Reeves re-sets this story in the Reagan era, and makes Owen’s mom religious, bitter over her impending divorce and always watching religious programming (including Ronald Reagan speeches). The “Cloverfield” director also tells chunks of the story in flashback, following a cop (Elias Koteas) who is trying to figure out if a “satanic cult” is behind the rash of ritual murders that now rivet the town.

Smit-McPhee (“The Road”) suggests an innocent creepiness, a child who peeks in on his sexy neighbors through his telescope, and who practices face-offs against his school tormentors with a newly bought pocket knife. His Owen seems childish, but capable of terrible things.

Moretz is fast staking out the title “Next Jodie Foster.” Her performances are always good, but in her last two films, directors have sexualized her — given her Lolita lighting and wardrobe. Like the original Swedish film, there’s a touch of the kinky, if not just the inappropriate, to this.

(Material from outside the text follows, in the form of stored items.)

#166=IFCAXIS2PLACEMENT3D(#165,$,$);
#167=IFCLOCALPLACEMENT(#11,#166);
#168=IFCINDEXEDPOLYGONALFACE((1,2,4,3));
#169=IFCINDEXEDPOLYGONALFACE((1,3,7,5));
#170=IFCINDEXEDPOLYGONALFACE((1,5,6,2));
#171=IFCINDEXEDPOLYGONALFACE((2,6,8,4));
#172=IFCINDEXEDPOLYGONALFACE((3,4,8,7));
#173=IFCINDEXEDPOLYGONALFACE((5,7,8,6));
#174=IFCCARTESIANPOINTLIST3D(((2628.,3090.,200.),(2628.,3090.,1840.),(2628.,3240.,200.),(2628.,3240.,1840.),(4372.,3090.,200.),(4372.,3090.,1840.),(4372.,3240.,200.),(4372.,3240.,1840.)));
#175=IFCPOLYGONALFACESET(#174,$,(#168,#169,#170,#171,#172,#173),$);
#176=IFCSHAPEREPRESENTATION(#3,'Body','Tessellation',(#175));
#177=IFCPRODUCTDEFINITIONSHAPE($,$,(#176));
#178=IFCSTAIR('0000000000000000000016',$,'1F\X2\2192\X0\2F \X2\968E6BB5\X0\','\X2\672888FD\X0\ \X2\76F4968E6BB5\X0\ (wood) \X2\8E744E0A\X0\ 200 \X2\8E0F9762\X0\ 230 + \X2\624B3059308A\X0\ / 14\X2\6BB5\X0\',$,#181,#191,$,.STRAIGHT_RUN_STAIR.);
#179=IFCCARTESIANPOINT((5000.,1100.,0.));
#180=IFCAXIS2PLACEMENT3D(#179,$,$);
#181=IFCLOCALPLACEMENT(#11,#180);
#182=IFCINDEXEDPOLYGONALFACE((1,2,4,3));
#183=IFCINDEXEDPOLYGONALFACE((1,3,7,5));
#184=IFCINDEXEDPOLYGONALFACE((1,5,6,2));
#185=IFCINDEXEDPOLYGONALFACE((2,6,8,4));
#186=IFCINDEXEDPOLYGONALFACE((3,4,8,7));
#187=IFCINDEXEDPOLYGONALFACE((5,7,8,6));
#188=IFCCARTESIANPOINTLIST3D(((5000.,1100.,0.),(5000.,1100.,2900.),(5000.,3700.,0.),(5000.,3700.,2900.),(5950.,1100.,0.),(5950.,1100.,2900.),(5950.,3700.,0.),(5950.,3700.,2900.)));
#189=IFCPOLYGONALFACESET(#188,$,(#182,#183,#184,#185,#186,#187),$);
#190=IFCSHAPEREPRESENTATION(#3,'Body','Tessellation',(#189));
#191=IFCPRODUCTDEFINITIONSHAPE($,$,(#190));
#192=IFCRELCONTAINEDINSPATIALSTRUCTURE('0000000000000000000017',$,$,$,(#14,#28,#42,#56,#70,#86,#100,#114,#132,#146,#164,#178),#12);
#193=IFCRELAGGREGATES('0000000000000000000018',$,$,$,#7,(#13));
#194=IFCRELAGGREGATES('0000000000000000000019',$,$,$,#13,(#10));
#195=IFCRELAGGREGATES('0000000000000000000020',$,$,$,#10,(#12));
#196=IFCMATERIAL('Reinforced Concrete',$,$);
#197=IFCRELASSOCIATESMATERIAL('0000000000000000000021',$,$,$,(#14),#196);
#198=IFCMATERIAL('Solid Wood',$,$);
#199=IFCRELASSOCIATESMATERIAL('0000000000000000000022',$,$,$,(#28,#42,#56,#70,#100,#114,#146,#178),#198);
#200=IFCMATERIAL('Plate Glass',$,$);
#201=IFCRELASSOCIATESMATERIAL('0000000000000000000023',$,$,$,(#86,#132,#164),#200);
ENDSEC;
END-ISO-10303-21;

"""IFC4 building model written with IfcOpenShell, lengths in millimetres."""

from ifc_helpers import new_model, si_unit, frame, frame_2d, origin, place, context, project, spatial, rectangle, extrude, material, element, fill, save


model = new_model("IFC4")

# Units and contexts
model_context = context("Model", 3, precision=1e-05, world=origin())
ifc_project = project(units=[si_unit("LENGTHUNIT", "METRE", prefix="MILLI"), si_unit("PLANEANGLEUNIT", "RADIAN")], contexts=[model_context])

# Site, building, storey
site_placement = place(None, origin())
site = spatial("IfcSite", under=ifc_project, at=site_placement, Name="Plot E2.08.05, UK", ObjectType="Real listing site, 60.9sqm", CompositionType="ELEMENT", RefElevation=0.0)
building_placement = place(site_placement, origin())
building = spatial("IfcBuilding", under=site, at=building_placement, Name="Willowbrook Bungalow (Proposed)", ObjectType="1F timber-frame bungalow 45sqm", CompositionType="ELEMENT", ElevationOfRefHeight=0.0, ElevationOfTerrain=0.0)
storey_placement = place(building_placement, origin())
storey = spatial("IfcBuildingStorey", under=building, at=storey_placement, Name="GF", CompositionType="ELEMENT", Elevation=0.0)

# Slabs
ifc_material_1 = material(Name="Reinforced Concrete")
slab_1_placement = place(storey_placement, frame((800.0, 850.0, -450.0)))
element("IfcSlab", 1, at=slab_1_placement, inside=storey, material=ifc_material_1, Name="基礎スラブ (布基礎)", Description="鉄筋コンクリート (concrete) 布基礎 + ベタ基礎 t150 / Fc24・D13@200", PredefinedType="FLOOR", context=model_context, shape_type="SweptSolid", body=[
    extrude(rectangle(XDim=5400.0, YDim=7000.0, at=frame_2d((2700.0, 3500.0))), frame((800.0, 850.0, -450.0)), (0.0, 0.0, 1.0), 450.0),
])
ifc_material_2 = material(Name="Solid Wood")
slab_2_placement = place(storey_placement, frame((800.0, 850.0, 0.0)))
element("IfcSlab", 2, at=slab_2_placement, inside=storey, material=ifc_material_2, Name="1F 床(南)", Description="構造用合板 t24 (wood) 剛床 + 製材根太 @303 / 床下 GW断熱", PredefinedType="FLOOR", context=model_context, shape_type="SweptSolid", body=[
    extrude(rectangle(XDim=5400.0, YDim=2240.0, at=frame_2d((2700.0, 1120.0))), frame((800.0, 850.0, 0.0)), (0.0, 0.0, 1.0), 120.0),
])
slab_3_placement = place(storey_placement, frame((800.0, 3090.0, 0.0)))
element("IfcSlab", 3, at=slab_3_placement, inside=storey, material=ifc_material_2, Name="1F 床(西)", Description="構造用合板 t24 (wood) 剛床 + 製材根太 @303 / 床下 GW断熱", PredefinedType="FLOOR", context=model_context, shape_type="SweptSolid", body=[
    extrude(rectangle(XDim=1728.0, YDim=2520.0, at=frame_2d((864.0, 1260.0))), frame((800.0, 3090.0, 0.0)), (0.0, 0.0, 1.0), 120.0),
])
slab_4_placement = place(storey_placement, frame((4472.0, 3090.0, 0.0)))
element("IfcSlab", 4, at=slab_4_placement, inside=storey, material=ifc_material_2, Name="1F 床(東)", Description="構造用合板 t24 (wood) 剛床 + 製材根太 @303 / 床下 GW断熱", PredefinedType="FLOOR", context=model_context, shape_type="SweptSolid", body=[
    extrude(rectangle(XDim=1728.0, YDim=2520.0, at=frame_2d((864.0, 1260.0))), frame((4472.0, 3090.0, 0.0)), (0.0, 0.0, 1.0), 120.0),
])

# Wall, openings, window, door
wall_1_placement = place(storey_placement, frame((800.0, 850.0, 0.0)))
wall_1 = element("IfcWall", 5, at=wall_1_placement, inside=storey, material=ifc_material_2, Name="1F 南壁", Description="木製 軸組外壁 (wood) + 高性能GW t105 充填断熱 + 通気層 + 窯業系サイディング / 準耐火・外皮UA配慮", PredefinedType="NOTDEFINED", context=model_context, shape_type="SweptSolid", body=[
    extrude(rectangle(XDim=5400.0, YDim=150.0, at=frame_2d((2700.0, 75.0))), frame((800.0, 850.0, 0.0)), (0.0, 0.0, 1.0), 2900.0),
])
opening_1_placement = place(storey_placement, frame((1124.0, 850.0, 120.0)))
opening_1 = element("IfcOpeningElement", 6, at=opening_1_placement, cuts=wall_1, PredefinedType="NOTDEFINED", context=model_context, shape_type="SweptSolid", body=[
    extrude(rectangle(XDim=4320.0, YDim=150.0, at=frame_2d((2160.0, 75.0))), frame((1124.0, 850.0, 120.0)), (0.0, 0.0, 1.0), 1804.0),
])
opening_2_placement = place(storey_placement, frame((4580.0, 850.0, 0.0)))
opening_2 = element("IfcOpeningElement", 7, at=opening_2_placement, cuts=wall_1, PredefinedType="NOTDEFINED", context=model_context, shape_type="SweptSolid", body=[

And Dylan Minnette, as Kenny, is every amoral 12-year-old villain you’ve ever read about — a sociopath in a Justin Bieber bowl-cut. Minnette’s bullying menace reminded me of early Matt Dillon teen-thug performances.

The digitally-augmented vampire attacks are marginally more convincing than the ones in the “Twilight” films, and Moretz’s Abby is a poster child for how messy “real” vampires would be — the opposite of the Cullens of Forks, Wash.

It’s not quite as chilling, and offers up only a couple of real jolts in the fright department. But in casting Jenkins as Abby’s tormented “dad” in illustrating how bullies are made (it’s passed down), and in maintaining, through every blue or amber winterscape, a genuine sense of disquiet, Reeves has Americanized a very good foreign film without defanging it.